We are trying to automate some product titles and could do with some help. The data below is what we have and the following is what we want the results to be. Essentially we have a character limit of 80 and the columns in yellow are what we are looking at. The "combined" column G is counted and this (column H) is then taken away from the total count of 80 to give us how many spare characters we have left (column I). We then want to split the model data (column J) out into the amount of character left (splitting via the comma) but then turning the comma & space into a single space. See further down






The output we are looking for is below. Hopefully it makes sense.

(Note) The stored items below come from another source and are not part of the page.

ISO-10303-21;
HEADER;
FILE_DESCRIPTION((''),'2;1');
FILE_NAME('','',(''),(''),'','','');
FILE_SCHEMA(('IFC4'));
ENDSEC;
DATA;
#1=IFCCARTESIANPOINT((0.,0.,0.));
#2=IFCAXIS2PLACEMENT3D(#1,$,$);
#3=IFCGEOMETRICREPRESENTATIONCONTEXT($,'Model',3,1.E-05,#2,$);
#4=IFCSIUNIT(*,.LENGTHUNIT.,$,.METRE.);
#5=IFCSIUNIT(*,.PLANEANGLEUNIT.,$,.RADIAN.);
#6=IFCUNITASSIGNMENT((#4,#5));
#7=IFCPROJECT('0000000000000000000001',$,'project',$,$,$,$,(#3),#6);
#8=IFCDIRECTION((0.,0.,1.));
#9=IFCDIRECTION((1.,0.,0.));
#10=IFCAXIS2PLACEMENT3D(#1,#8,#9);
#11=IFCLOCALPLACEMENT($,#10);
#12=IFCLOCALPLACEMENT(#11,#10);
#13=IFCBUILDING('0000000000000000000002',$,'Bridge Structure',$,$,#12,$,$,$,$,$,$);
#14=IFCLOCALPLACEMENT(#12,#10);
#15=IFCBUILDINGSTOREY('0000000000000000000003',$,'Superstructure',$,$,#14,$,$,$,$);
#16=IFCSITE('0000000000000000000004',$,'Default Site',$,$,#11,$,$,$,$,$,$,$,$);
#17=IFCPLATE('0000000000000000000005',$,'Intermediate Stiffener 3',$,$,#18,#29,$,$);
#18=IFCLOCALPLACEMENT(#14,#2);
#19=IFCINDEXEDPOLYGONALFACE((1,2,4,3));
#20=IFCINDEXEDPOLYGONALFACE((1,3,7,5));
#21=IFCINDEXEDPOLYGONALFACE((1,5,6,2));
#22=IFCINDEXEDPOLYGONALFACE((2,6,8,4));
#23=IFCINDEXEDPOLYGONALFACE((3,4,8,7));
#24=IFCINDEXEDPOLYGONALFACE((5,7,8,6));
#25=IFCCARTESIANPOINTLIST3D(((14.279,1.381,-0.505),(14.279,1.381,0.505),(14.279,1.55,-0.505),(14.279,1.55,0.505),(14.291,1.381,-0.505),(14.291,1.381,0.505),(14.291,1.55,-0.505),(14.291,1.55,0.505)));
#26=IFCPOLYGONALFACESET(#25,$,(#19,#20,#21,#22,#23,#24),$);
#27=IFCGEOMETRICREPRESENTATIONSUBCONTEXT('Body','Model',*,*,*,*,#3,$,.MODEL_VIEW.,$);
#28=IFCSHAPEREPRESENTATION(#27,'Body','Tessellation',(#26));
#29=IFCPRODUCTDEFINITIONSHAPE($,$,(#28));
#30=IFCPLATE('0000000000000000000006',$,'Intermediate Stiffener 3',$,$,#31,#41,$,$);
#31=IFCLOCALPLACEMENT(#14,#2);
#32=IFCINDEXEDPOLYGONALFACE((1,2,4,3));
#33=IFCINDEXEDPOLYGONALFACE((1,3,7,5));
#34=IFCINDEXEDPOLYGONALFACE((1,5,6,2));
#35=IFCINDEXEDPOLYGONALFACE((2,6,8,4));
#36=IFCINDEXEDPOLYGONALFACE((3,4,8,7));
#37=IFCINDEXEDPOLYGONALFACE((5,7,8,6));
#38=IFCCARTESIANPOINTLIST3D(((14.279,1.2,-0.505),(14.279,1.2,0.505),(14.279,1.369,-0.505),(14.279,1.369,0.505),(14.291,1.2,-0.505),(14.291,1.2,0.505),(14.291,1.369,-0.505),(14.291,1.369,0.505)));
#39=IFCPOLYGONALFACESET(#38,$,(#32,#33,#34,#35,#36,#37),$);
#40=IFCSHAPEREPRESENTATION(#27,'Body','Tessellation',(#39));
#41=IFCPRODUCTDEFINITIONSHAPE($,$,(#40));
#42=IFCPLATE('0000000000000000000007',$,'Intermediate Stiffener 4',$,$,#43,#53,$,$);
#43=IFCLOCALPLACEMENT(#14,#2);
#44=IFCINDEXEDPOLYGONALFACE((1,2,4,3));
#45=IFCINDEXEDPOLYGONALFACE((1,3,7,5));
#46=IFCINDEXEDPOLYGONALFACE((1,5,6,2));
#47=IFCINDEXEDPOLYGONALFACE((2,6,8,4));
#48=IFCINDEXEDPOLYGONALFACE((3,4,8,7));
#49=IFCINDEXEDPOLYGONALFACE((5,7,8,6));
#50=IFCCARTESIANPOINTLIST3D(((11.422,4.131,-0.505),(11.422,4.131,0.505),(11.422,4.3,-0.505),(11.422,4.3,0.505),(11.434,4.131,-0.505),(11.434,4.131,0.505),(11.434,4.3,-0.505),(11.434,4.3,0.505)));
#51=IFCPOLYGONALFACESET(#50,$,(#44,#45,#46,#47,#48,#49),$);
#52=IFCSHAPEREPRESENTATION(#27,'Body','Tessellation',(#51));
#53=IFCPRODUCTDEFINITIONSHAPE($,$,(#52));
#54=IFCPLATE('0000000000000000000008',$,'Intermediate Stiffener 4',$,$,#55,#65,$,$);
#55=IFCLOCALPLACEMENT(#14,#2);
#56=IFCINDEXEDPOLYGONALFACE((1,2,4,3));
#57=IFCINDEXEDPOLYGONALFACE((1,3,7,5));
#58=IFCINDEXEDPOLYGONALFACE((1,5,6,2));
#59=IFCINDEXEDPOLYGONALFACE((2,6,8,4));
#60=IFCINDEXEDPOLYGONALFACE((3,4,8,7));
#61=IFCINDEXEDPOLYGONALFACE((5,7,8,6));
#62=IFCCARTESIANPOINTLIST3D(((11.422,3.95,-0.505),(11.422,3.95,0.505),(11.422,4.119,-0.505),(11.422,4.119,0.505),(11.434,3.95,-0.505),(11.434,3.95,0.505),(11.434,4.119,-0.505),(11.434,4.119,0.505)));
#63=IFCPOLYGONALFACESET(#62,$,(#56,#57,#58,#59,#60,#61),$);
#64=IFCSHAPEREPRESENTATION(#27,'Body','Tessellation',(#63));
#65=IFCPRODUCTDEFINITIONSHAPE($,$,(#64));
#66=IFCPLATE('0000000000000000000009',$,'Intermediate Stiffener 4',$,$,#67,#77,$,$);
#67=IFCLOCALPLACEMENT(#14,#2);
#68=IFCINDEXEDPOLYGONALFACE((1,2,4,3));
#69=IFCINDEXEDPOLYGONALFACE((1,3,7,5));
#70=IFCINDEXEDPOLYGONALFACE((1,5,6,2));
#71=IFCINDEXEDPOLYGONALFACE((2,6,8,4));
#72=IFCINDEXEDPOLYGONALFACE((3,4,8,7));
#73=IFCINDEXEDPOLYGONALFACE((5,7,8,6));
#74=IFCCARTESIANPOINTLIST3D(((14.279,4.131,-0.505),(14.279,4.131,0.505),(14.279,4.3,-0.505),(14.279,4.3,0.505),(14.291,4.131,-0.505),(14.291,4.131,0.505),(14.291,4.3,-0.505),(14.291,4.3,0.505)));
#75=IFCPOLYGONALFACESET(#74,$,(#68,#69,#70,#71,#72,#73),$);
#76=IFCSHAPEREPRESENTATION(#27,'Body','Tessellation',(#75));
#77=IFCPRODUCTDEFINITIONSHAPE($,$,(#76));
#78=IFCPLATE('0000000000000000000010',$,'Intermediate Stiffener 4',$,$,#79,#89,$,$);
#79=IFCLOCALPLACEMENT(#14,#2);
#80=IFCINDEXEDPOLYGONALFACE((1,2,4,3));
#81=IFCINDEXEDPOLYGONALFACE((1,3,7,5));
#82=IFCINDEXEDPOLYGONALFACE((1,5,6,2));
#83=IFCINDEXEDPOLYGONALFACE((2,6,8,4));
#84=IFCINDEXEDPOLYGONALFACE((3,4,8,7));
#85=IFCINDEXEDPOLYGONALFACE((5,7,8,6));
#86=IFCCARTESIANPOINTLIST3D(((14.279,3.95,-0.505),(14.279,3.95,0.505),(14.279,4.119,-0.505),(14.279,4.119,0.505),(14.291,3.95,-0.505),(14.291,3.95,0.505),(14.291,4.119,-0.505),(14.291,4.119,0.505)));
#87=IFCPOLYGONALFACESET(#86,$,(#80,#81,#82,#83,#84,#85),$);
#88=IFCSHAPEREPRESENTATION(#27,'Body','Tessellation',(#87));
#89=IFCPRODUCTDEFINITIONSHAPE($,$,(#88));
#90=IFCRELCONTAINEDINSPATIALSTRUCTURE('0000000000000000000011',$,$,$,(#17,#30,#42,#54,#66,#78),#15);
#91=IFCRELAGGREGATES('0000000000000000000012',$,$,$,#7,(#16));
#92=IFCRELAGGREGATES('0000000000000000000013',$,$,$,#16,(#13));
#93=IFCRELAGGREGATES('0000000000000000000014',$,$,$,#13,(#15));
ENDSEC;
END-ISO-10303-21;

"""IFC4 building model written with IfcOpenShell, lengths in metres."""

from ifc_helpers import new_model, si_unit, frame, origin, origin_with_axes, origin_2d_with_axis, place, context, subcontext, project, spatial, rectangle, extrude, element, save


model = new_model("IFC4")

# Units and contexts
model_context = context("Model", 3, precision=1e-05, world=origin())
body_context = subcontext(model_context, "Body", "Model", "MODEL_VIEW")
ifc_project = project(units=[si_unit("LENGTHUNIT", "METRE"), si_unit("PLANEANGLEUNIT", "RADIAN")], contexts=[model_context])

# Site, building, storey
site_placement = place(None, origin_with_axes())
site = spatial("IfcSite", under=ifc_project, at=site_placement, Name="Default Site")
building_placement = place(site_placement, origin_with_axes())
building = spatial("IfcBuilding", under=site, at=building_placement, Name="Bridge Structure")
storey_placement = place(building_placement, origin_with_axes())
storey = spatial("IfcBuildingStorey", under=building, at=storey_placement, Name="Superstructure")

# Plates
for number, where, z_axis, x_axis, name in (
    (1, (14.285, 1.4655, -0.505), (0.0, 0.0, 1.0), (1.0, 0.0, 0.0), "Intermediate Stiffener 3"),
    (2, (14.285, 1.2845, -0.505), (0.0, 0.0, 1.0), (1.0, 0.0, 0.0), "Intermediate Stiffener 3"),
    (3, (11.428, 4.2155, -0.505), (0.0, 0.0, 1.0), (1.0, 0.0, 0.0), "Intermediate Stiffener 4"),
    (4, (11.428, 4.0345, -0.505), (0.0, 0.0, 1.0), (1.0, 0.0, 0.0), "Intermediate Stiffener 4"),
    (5, (14.285, 4.2155, -0.505), (0.0, 0.0, 1.0), (1.0, 0.0, 0.0), "Intermediate Stiffener 4"),
    (6, (14.285, 4.0345, -0.505), (0.0, 0.0, 1.0), (1.0, 0.0, 0.0), "Intermediate Stiffener 4"),
):
    element("IfcPlate", number, at=place(storey_placement, frame(where, z_axis=z_axis, x_axis=x_axis)), inside=storey, Name=name, context=body_context, shape_type="SweptSolid", body=[
        extrude(rectangle(XDim=0.012, YDim=0.169, at=origin_2d_with_axis()), origin_with_axes(), (0.0, 0.0, 1.0), 1.01),
    ])

save(model, "model.ifc")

Please let me know if you need any further info or if anything doesn't make sense.

Thanks, EAG1.


----------



## Skybluekid (Jan 4, 2023)

Do you want a formula or macro solution?


----------



## EAG1 (Jan 4, 2023)

Skybluekid said:


> Do you want a formula or macro solution?


Hello, I assumed it would need to be a macro solution, however if someone can suggest a formula to do the job that will also be fine. Thanks


----------



## mmhill (Jan 4, 2023)

No macro needed.  


```
=IF(MID(SUBSTITUTE(G2&" "&J2,",",""),80+1,1)=" ",LEFT(SUBSTITUTE(G2&" "&J2,",",""),80),(G2&" " & LEFT(SUBSTITUTE(J2,",",""),SEARCH("#",SUBSTITUTE(LEFT(SUBSTITUTE(J2,",",""),80-LEN(G2 & " "))," ","#",(80-LEN(G2)-1)-LEN(SUBSTITUTE(LEFT(SUBSTITUTE(J2,",",""),80-LEN(G2 & " "))," ",""))))-1)))
```

All you need is the "Combined" text, the model data text, and the max number of characters (80).  Don't need the Count and Characters Left columns. 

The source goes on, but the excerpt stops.